Speaking of grocery shopping, my store has been particularly enthusiastic about enforcing Michigan's eternal face-diaper mandate. They literally once threatened me with a burly six-foot stockboy, offering me a choice of putting on the diaper or being booted to the parking lot. I guess one chooses one's battles, but I am definitely one who has submitted.

I just want my carrots, you rotten karens.

Ah, but the mandate has changed slightly. You don't have to wear a diaper if you have been "fully vaccinated." Now, I will never have my genes altered by a politically rushed "vaccine" in order to avoid a bad cold. But, I can pretend to be vaccinated. What a wonderful taste of freedom it was, to shop this past Friday without that dehumanizing diaper. It was nice to breathe, too.

StoryHack #7 Is Out
Read My Story in It!
Friday, May 14, 2021 1:45 am
The latest issue of StoryHack is here! And it contains the third Hamlin Becker tale!

Buy it on Amazon (to give the publisher money). Review it on Amazon (to increase its rank). Read my story An Uncommon Day at the Lake and be amazed by my stupendifulacrity.

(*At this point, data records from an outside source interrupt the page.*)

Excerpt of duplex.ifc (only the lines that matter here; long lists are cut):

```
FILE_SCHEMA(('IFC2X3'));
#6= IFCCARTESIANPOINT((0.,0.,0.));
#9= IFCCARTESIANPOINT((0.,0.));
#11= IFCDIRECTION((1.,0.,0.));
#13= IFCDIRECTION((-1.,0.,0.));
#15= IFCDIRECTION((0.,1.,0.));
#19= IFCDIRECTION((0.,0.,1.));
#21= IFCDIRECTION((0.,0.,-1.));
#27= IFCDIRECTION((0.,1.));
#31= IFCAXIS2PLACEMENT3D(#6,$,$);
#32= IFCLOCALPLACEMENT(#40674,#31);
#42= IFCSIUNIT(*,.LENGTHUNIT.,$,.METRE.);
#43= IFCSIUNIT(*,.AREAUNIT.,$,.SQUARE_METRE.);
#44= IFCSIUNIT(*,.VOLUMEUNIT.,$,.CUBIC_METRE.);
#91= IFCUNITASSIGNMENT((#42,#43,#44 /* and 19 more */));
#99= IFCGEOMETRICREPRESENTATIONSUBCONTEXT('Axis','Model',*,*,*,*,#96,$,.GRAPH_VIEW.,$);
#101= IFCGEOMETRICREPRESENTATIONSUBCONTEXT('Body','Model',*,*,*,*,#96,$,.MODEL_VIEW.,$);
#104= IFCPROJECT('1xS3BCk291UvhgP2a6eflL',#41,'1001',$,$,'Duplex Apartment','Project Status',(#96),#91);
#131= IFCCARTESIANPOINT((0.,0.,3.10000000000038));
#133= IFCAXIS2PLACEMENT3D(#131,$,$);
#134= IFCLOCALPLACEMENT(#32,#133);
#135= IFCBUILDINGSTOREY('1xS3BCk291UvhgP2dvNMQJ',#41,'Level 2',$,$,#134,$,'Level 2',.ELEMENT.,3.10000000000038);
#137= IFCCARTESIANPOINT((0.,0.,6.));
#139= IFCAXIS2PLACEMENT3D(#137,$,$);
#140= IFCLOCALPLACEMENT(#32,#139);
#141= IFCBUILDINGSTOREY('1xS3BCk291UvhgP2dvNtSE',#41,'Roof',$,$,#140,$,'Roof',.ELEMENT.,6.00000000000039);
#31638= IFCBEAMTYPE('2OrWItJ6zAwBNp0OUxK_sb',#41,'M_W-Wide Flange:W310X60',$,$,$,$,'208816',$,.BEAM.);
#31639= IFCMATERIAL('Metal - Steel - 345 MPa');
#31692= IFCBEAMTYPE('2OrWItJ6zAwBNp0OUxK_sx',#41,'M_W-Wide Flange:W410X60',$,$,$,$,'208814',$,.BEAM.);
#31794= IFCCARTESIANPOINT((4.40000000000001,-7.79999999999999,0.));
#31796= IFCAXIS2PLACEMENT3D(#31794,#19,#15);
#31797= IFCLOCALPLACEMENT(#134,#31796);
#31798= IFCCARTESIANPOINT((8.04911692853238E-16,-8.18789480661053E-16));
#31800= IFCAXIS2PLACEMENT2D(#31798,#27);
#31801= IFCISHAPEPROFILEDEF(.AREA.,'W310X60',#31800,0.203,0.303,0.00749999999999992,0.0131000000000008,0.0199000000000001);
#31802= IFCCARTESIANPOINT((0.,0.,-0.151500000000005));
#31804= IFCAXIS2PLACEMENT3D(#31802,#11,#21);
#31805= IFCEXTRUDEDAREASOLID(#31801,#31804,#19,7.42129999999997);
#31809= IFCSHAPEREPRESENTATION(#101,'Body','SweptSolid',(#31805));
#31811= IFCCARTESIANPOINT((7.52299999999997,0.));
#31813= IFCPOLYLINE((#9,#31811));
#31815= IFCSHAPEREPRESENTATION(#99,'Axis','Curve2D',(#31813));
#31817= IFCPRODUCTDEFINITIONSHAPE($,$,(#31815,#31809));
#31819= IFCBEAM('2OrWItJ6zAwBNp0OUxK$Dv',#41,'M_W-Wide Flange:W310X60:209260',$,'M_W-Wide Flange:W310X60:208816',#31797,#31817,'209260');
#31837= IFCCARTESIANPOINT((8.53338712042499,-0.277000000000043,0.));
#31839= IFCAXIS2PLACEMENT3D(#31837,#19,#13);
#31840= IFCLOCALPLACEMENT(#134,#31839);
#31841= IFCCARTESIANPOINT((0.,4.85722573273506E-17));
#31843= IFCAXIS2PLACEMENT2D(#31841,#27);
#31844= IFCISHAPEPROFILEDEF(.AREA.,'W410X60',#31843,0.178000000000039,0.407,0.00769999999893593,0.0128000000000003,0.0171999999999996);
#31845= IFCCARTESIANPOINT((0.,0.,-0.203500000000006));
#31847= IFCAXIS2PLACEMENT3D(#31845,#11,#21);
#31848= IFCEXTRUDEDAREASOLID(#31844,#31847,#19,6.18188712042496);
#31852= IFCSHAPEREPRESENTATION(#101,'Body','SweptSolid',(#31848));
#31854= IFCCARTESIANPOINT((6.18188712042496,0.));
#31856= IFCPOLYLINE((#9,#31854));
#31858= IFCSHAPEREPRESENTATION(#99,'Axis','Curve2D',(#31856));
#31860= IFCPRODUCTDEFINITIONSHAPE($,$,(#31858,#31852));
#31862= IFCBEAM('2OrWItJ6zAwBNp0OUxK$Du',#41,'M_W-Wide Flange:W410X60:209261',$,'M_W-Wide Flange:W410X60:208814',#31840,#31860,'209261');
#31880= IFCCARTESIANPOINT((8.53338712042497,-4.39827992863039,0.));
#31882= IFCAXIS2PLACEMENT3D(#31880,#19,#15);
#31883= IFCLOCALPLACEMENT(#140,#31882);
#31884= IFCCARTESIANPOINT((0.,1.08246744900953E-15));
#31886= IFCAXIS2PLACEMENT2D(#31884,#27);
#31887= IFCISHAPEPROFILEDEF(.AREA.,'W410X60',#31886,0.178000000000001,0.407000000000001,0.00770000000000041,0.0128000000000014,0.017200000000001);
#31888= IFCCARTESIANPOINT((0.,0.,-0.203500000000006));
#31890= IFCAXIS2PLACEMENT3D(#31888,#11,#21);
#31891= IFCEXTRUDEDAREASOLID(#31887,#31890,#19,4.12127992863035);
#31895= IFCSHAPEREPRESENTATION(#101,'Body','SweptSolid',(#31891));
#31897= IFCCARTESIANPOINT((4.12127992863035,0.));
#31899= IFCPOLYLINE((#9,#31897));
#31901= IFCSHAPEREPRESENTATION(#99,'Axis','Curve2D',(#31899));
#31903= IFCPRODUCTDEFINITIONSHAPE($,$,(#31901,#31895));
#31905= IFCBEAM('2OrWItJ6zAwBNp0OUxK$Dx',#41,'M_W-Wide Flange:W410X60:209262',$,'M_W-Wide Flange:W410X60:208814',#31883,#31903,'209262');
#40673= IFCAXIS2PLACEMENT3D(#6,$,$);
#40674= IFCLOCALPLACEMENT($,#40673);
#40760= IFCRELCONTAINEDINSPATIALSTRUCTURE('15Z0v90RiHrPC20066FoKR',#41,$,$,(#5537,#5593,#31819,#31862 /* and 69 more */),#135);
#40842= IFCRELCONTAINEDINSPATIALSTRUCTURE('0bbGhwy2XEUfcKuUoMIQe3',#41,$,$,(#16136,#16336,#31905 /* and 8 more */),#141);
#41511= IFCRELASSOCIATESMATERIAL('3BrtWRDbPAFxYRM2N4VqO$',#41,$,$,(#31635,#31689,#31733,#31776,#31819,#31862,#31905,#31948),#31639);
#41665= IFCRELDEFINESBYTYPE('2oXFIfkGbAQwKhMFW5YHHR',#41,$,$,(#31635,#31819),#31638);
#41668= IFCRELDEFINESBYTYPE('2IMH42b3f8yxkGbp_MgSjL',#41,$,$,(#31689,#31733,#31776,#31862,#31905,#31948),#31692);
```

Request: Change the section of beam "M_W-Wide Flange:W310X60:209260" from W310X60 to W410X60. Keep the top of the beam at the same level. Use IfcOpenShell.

```python
import ifcopenshell
import ifcopenshell.api.type
import ifcopenshell.util.element
import ifcopenshell.util.representation

model = ifcopenshell.open("duplex.ifc")

member = model.by_id(31819)
source = next(p for p in model.by_type("IfcIShapeProfileDef") if p.ProfileName == "W410X60")

body = ifcopenshell.util.representation.get_representation(member, "Model", "Body")
solid = body.Items[0]
old_profile = solid.SweptArea

# Copy the section's sizes but keep this member's own profile position.
profile = ifcopenshell.util.element.copy(model, source)
# Profiles are centred, so shift by half the change in depth to hold the top.
shift = (old_profile.OverallDepth - profile.OverallDepth) / 2
x, y = old_profile.Position.Location.Coordinates
up = (-1.0, 0.0)  # upwards, in the solid's own plane
location = model.createIfcCartesianPoint((x + up[0] * shift, y + up[1] * shift))
profile.Position = model.createIfcAxis2Placement2D(location, old_profile.Position.RefDirection)
solid.SweptArea = profile
if not model.get_total_inverses(old_profile):
    ifcopenshell.util.element.remove_deep2(model, old_profile)

new_type = model.by_guid("2OrWItJ6zAwBNp0OUxK_sx")
ifcopenshell.api.type.assign_type(
    model, related_objects=[member], relating_type=new_type, should_map_representations=False
)
member.Name = member.Name.replace("W310X60", "W410X60")
member.ObjectType = "M_W-Wide Flange:W410X60:208816"

print(solid.SweptArea)

model.write("duplex_edited.ifc")
```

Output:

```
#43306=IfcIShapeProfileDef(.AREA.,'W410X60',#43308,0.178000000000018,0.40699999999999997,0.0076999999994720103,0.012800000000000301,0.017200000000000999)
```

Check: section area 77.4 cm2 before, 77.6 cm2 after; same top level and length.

Go, now!
Sundry & Motley
As of February
Monday, February 22, 2021 11:44 am
I have an interesting post about peril in fiction (using Stargate SG-1 as an example), but that post is still fermenting. I have an even more inchoate post about the corruption of the tomboy, but as that subject is too directly political I'm hesitant to bring it up at all. Then there's that post about Warhammer 40K that I promised three or four years ago, which is also quite unwritten.

So instead, a few updates.

I sold An Uncommon Day at the Lake to StoryHack. Hurrah! So in 2021, I will have at least two stories published, one in StoryHack and another in Cirsova.

I guess I am now famous. I was checking the Internet Science Fiction Database about some authors and something made me check for my own name. And lo, I'm in ISFDB! To be sure, my author entry was auto-generated from the tables of contents of my home issues of StoryHack and Cirsova. Nevertheless, it's neat to be counted, and counted accurately. Check it out!

By the way, after having resurrected The Santa Mantle, I reviewed my trash pile and determined that, yes, all the rest of the trash is still trash. That is actually reassuring. First, I would not want good works of mine to be lost; second, I would not want to start second-guessing myself as regards my judgments of my works.